Brian Helfand: Thank you. I certainly appreciate the opportunity to talk here. And I think the opportunity just to talk about a lot of this data is very pertinent to most urologists, radiation oncologists, medical oncologists. Because, as you know, there are so many things that occur in prostate cancer and other urologic oncologic diseases, and many things take a long time to get set into clinical practice, but there are very few things that almost overnight we accept, and some of the things that we accept are imaging. And any advances in imaging, just because if you can see it, almost instantaneously we're believers.

And so as you know, and you certainly have lived and been a part of this whole advanced imaging, or now is referred to as molecular targeted imaging, or MTI, journey, that we've used different radiotracers to better localize prostate cancer, which helps in staging and localization of the disease, really, in all aspects after diagnosis. And certainly for higher risk disease, it helps us localize and develop treatment plans there. And certainly for recurrent and advanced cancers, certainly helps us come up with treatment plans and best treat these patients in the most personalized way that we can.

And with this, because of its increased sensitivity and specificity compared to old conventional imaging with bone scans and CT, we've really been able to redefine what metastatic disease is. And that's really kind of influenced our use of systemic therapies with or without, and certainly even targeted therapies for radiation, or even including patients that were high risk but they have localized disease and we can do more localized therapies. So it's really influenced our decision-making really throughout it.

But I think as you know that this is the U.S. and, well, it's probably the world, right? And if we do one thing, we should certainly explore and do five things in that same space. And see which one is potentially the best. And so there have been several PSMA radiotherapeutics and radiopharmaceuticals that have reached the market and are certainly commercially available. And various institutions have incorporated these largely, if you will, blindly, because we've somewhat made the assumption that they all based on their initial studies, which have various inclusion criteria and outcomes. But regardless, they all appear to be around equivalence.

And the question is, is that really a true statement? Do we incorporate them for just convenience because some are easier to mix and implement at a institution. Others are more expensive and certainly more challenging to get in at that institution. So is convenience the only thing that we should pay attention to or cost the only thing we should pay attention to?
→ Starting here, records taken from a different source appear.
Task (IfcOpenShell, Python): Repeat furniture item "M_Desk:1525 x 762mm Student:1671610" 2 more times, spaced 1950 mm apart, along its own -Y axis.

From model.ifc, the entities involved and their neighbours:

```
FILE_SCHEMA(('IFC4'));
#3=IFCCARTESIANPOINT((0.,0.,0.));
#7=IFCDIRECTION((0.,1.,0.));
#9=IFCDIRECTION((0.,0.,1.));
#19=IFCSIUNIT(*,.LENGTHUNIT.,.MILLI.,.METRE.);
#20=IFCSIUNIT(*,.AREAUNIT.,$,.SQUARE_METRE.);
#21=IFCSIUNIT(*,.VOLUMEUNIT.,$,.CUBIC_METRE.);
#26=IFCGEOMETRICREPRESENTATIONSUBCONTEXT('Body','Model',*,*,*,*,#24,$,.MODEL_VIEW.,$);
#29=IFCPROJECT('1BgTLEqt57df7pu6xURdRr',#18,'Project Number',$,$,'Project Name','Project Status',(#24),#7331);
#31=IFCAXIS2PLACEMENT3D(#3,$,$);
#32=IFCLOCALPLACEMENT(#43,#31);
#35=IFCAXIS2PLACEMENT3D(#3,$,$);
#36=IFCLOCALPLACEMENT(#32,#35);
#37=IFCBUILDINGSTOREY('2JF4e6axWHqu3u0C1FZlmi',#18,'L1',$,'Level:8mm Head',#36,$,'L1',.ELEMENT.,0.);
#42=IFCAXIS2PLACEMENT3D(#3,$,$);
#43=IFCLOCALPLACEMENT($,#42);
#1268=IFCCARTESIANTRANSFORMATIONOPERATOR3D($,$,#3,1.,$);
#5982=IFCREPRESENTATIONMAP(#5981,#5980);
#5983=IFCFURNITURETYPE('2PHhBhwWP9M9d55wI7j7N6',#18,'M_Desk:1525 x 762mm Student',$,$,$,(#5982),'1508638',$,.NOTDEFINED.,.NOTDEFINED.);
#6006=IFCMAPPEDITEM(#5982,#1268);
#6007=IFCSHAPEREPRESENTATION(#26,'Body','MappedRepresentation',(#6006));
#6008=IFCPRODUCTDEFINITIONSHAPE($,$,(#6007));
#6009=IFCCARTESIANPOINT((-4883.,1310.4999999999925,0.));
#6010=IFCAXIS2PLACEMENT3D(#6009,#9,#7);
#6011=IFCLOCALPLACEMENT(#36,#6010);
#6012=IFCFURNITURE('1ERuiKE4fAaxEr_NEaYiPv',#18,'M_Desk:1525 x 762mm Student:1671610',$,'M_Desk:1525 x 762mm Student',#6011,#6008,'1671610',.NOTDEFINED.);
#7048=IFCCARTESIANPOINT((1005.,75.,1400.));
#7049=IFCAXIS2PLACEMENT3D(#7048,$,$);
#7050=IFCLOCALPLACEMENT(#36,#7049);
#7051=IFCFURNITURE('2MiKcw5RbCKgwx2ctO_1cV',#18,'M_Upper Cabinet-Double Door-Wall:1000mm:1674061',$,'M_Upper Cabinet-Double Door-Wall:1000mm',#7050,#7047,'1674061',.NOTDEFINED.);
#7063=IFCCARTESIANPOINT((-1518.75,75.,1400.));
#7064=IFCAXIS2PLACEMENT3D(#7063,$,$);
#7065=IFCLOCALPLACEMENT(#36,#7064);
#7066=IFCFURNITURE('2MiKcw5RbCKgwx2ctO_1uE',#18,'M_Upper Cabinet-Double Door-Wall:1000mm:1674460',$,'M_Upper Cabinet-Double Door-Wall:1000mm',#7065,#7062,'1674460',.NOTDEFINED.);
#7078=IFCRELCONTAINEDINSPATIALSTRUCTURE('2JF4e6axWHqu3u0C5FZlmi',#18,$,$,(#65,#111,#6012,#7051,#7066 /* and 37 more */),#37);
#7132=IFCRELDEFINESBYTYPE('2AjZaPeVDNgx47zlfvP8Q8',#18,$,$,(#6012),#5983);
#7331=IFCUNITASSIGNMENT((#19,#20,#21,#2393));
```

```python
import ifcopenshell
import ifcopenshell.api.geometry
import ifcopenshell.api.root
import ifcopenshell.util.element
import ifcopenshell.util.placement
import ifcopenshell.util.unit

model = ifcopenshell.open("model.ifc")
unit_scale = ifcopenshell.util.unit.calculate_unit_scale(model)


def reuse_history(source, copy):
    """copy_class also copies each property set's owner history, people and application; keep the originals."""
    for rel in copy.IsDefinedBy:
        if rel.is_a("IfcRelDefinesByProperties") and (history := rel.RelatingPropertyDefinition.OwnerHistory):
            rel.RelatingPropertyDefinition.OwnerHistory = source.OwnerHistory
            ifcopenshell.util.element.remove_deep2(model, history)


source = model.by_id(6012)
base = ifcopenshell.util.placement.get_local_placement(source.ObjectPlacement)
step = -base[:3, 1] * 1.95 / unit_scale

for i in range(1, 3):
    copy = ifcopenshell.api.root.copy_class(model, product=source)
    copy.Representation = ifcopenshell.util.element.copy_deep(
        model, source.Representation, exclude=["IfcGeometricRepresentationContext", "IfcRepresentationMap"]
    )
    copy.Name = "M_Desk:1525 x 762mm Student"
    copy.Tag = None
    reuse_history(source, copy)
    matrix = base.copy()
    matrix[:3, 3] += i * step
    print("added at", matrix[:3, 3].round(3) + 0.0)
    ifcopenshell.api.geometry.edit_object_placement(model, product=copy, matrix=matrix, is_si=False)

model.write("model_v2.ifc")
```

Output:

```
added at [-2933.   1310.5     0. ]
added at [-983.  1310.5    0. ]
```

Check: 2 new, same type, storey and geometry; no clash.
So we set out the study to really ask that question of two F-18-labeled agents. One is, as you said, is flotufolastat, and the other one is piflufolastat. I really hate saying those names over and over again. And I think the more common are commercially available names that most people use that we're always discouraged to use, but I always ask for forgiveness in this because it's a mouthful otherwise, is Posluma and Pylarify. These are two of the more common agents that we see.

And again, based on their initial data, they both appear to have advanced the field. And when you compare them to conventional imaging, really have done well. Despite the fact that they both are PSMA targeted and they both incorporate F-18 as their radioactive element, that they are different in terms of their structure. Both have a urea backbone, but one, Posluma, is a little bit larger. And I have long forgotten a lot of my biochemistry days, but the larger the molecule certainly influences how it can be processed. And because they are initially processed and first passed through the liver, but ultimately end up with being excreted into the renal collecting system and end up in the urine, both have that ability to be processed or targeted differently.
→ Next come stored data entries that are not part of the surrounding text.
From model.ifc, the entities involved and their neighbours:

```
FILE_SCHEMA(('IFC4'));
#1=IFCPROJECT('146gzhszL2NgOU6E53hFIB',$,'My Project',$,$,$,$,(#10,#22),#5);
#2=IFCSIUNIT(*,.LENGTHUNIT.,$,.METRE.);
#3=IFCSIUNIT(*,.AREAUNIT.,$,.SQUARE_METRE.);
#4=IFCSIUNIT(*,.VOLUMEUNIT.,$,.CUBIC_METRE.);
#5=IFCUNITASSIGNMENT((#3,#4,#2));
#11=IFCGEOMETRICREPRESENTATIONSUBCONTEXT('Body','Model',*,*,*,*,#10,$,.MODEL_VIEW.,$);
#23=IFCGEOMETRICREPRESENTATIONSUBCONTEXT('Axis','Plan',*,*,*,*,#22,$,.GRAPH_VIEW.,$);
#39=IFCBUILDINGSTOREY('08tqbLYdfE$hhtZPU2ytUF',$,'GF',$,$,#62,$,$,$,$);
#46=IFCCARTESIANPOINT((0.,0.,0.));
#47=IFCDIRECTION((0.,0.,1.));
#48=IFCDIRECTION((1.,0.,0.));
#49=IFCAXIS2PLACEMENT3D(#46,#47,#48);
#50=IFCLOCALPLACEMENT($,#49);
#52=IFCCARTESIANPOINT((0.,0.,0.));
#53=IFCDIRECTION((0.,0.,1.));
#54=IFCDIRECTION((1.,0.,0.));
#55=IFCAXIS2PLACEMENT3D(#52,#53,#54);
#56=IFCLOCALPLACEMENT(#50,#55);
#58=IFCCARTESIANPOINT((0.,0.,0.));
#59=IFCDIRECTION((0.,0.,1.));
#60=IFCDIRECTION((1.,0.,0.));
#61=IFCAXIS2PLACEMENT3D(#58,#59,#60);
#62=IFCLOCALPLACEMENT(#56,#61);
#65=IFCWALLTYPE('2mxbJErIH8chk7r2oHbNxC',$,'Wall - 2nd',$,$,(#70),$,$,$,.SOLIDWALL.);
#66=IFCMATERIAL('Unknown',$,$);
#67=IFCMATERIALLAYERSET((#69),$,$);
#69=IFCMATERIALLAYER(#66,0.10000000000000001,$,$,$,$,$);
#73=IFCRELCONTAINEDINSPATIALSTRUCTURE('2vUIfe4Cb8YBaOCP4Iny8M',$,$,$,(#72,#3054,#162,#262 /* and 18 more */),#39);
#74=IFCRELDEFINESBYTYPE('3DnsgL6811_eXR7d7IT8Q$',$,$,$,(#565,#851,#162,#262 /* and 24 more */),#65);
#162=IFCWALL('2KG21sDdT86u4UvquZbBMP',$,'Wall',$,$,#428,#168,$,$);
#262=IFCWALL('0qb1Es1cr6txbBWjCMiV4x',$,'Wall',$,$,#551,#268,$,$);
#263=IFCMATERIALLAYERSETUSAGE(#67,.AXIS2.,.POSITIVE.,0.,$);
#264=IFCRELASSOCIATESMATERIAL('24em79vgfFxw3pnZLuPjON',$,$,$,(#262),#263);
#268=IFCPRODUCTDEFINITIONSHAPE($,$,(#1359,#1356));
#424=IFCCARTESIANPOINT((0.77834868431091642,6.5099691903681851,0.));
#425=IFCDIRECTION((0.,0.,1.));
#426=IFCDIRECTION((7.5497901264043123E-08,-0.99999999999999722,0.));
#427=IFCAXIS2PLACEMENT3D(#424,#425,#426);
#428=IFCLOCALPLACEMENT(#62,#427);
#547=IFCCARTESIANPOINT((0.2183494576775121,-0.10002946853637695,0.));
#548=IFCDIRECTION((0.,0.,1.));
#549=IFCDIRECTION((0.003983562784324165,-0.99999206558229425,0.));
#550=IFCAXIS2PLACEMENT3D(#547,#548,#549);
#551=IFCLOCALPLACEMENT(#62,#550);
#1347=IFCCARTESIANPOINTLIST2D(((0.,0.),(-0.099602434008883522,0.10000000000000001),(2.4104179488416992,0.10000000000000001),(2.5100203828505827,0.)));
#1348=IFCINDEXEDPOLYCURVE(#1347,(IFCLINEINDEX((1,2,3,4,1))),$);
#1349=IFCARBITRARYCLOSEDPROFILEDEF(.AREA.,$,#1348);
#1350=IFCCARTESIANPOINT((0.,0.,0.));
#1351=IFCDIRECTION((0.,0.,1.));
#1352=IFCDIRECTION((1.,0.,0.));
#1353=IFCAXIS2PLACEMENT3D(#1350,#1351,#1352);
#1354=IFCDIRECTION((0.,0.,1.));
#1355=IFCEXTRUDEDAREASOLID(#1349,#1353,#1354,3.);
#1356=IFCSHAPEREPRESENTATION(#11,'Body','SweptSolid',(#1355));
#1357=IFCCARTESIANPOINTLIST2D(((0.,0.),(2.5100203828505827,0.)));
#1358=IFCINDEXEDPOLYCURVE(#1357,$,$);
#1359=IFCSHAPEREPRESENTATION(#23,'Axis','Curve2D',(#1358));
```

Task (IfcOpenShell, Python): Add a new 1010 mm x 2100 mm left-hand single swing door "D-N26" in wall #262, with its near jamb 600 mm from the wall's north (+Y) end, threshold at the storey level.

```python
import numpy as np
import ifcopenshell
import ifcopenshell.api.feature
import ifcopenshell.api.geometry
import ifcopenshell.api.root
import ifcopenshell.api.spatial
import ifcopenshell.geom
import ifcopenshell.util.element
import ifcopenshell.util.placement
import ifcopenshell.util.representation
import ifcopenshell.util.shape
import ifcopenshell.util.unit

model = ifcopenshell.open("model.ifc")
unit_scale = ifcopenshell.util.unit.calculate_unit_scale(model)
settings = ifcopenshell.geom.settings()


def volume(element):
    """Net volume in cubic metres, openings subtracted."""
    shape = ifcopenshell.geom.create_shape(settings, element)
    return ifcopenshell.util.shape.get_volume(shape.geometry)


wall = model.by_id(262)
storey = ifcopenshell.util.element.get_container(wall, ifc_class="IfcBuildingStorey")
context = ifcopenshell.util.representation.get_context(model, "Model", "Body", "MODEL_VIEW")
before = volume(wall)

width, height, from_end, sill = 1.01, 2.1, 0.6, 0.0  # metres

# The wall runs along its own X axis, and the end named is its -X end.
wall_shape = ifcopenshell.geom.create_shape(settings, wall)
x, y, z = ifcopenshell.util.shape.get_vertices(wall_shape.geometry).T
start = x.min() + from_end
face, thickness = float(y.min()), float(y.max() - y.min())
wall_matrix = ifcopenshell.util.placement.get_local_placement(wall.ObjectPlacement)
level = ifcopenshell.util.placement.get_local_placement(storey.ObjectPlacement)[2, 3]


def in_wall(x, y):
    """Placement at x, y metres in the wall's axes, at sill height."""
    matrix = wall_matrix.copy()
    matrix[:, 3] = wall_matrix @ np.array([x / unit_scale, y / unit_scale, 0.0, 1.0])
    matrix[2, 3] = level + sill / unit_scale
    return matrix


# Opening: a box that overshoots both wall faces by 50 mm.
opening = ifcopenshell.api.root.create_entity(model, ifc_class="IfcOpeningElement", predefined_type="OPENING")
box = ifcopenshell.api.geometry.add_wall_representation(
    model, context=context, length=width, height=height, thickness=thickness + 0.1
)
ifcopenshell.api.geometry.assign_representation(model, product=opening, representation=box)
ifcopenshell.api.geometry.edit_object_placement(model, product=opening, matrix=in_wall(start, face - 0.05), is_si=False)
ifcopenshell.api.feature.add_feature(model, feature=opening, element=wall)

door = ifcopenshell.api.root.create_entity(model, ifc_class="IfcDoor", name="D-N26", predefined_type="DOOR")
door.OverallWidth, door.OverallHeight = width / unit_scale, height / unit_scale
door.OperationType = "SINGLE_SWING_LEFT"
body = ifcopenshell.api.geometry.add_door_representation(
    model,
    context=context,
    overall_width=door.OverallWidth,
    overall_height=door.OverallHeight,
    operation_type="SINGLE_SWING_LEFT",
    lining_properties={"LiningDepth": thickness / unit_scale, "ThresholdDepth": thickness / unit_scale},
)
ifcopenshell.api.geometry.assign_representation(model, product=door, representation=body)
ifcopenshell.api.spatial.assign_container(model, products=[door], relating_structure=storey)
ifcopenshell.api.feature.add_filling(model, opening=opening, element=door)

# The lining spans the wall, so the door starts at the wall face.
ifcopenshell.api.geometry.edit_object_placement(model, product=door, matrix=in_wall(start, face), is_si=False)

after = volume(wall)

print(f"wall volume {before:.3f} -> {after:.3f} m3")

model.write("model_edited.ifc")
```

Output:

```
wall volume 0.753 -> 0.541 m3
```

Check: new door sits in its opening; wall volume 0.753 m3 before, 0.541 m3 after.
But if you're targeted or you're processed mainly through urinary excretion, like Pylarify, and you get an accumulation in the bladder, does that ultimately impact our ability to detect any type of disease in the pelvis? Meaning that if you have a pelvic lymph node or you have a local recurrence after prostatectomy, but you have a bladder full of radioactive excreted substance, which is not cancer, that's just a normal processing of it, does that noise influence our ability to detect these differences? And that's really what this study was set out to do. So really, and again, in full disclosure, this was a BED-sponsored trial. And so with that we-

Matthew Cooperberg: Blue Earth Diagnostics, right?

Brian Helfand: Sorry, Blue Earth Diagnostics. And we prospectively enrolled 55 patients that had a prostatectomy and were starting to have a biochemical recurrence. And I say starting to because, again, as you know, conventionally, we define biochemical recurrence after prostatectomy at a level of 0.2. But data would still support that if we intervene at earlier time points, whether that's at 0.1 or up to 0.5, we may not or we may have no clinical impact. But the earlier detection, we believe, should have a positive impact on subsequent salvage treatment opportunities.
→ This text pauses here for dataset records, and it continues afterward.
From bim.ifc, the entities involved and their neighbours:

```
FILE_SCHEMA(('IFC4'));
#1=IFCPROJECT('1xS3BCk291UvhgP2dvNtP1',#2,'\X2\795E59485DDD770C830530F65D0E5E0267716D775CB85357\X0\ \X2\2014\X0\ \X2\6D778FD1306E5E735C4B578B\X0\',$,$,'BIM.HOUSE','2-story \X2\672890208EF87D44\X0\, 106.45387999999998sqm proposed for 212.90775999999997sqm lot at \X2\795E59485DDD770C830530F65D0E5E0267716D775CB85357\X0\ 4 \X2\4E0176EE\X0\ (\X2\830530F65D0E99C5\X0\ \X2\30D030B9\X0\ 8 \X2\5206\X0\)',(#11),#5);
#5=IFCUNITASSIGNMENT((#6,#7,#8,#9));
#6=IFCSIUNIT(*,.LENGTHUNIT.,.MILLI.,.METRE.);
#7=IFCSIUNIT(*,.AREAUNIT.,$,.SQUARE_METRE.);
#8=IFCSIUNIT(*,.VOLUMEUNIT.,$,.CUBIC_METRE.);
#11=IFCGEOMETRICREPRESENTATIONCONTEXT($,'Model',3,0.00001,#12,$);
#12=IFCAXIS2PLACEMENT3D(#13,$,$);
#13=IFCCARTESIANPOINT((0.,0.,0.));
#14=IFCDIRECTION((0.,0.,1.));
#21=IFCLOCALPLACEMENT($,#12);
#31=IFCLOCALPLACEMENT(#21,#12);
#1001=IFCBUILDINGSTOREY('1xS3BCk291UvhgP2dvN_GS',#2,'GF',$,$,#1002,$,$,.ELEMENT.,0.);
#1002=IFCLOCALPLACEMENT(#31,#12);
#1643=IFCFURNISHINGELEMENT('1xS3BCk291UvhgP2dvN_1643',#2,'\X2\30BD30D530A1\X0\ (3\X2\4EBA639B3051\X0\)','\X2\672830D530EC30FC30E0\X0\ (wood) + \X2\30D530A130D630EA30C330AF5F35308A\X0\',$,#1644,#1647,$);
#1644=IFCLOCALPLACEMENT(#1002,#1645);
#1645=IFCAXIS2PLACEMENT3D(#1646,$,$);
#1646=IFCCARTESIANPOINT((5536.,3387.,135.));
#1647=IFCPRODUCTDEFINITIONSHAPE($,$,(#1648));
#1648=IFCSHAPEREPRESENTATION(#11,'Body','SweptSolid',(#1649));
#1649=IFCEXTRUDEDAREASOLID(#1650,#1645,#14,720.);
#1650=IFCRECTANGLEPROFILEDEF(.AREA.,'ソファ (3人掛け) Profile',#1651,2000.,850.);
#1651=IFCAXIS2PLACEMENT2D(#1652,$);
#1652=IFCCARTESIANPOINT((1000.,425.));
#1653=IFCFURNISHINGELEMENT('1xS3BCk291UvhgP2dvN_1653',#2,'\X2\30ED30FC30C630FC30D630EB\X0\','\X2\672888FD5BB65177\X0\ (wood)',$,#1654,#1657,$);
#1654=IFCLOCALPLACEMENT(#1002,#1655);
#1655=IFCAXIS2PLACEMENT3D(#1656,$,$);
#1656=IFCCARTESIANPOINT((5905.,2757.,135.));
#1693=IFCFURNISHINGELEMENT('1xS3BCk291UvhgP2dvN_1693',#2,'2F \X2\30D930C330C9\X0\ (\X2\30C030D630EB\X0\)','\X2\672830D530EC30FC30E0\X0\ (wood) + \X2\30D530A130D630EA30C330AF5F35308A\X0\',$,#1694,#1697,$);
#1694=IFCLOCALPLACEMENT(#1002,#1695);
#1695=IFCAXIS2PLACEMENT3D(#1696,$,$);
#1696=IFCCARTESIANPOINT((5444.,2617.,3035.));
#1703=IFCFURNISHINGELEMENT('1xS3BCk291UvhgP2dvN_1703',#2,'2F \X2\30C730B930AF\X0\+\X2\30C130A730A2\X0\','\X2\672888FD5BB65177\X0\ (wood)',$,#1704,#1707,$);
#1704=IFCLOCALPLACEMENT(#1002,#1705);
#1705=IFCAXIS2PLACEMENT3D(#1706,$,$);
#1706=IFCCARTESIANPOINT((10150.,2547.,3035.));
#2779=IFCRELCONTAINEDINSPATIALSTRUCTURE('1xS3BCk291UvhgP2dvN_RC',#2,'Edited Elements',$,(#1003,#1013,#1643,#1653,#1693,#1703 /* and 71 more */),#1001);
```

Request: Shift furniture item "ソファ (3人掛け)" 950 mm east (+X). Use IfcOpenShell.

```python
import ifcopenshell
import ifcopenshell.api.geometry
import ifcopenshell.util.placement

model = ifcopenshell.open("bim.ifc")

item = model.by_id(1643)
matrix = ifcopenshell.util.placement.get_local_placement(item.ObjectPlacement)
matrix[0, 3] += 950.0
ifcopenshell.api.geometry.edit_object_placement(model, product=item, matrix=matrix, is_si=False)

print(ifcopenshell.util.placement.get_local_placement(item.ObjectPlacement).round(3) + 0.0)

model.write("bim_rev.ifc")
```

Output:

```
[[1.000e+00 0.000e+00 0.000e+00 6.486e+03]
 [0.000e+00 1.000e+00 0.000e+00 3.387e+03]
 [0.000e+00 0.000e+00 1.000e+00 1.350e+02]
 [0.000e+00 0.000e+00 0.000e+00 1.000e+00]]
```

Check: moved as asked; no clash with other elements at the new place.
And so we still don't really recognize what is the level that these PSMA agents detect best at or, if you're going to use it at very low levels, less than 0.2, if we can detect anything or what is the frequency of detection. And additionally, again, as said, is that if you do detect something at these very low PSA levels after prostatectomy, is there going to be a difference between these two agents based on their natural processing or metabolization?

So we took men, in this study, that were on their way to or had experienced biochemical recurrence after radical surgery, and patients received two different scans. They, as part of standard of care, received the PSMA CT scan. And then several days later, they received the Posluma, the flotufolastat scan. And the main outcome was actually the intensity of the accumulation of radiotracer in the bladder. And I think that this actually shows it quite nicely here, is that when you look on the left side here at the Posluma, the flotufolastat, the intensity is significantly lower than the Pylarify the piflufolastat. And again, that is kind of obvious. And there was a SUV difference of over 10 units there. And so when you look at the mean SUV, significantly different. And you say, "Well, okay, that's great. We kind of expected that." If you use those markers or the radiotracers, that is what you expect to see.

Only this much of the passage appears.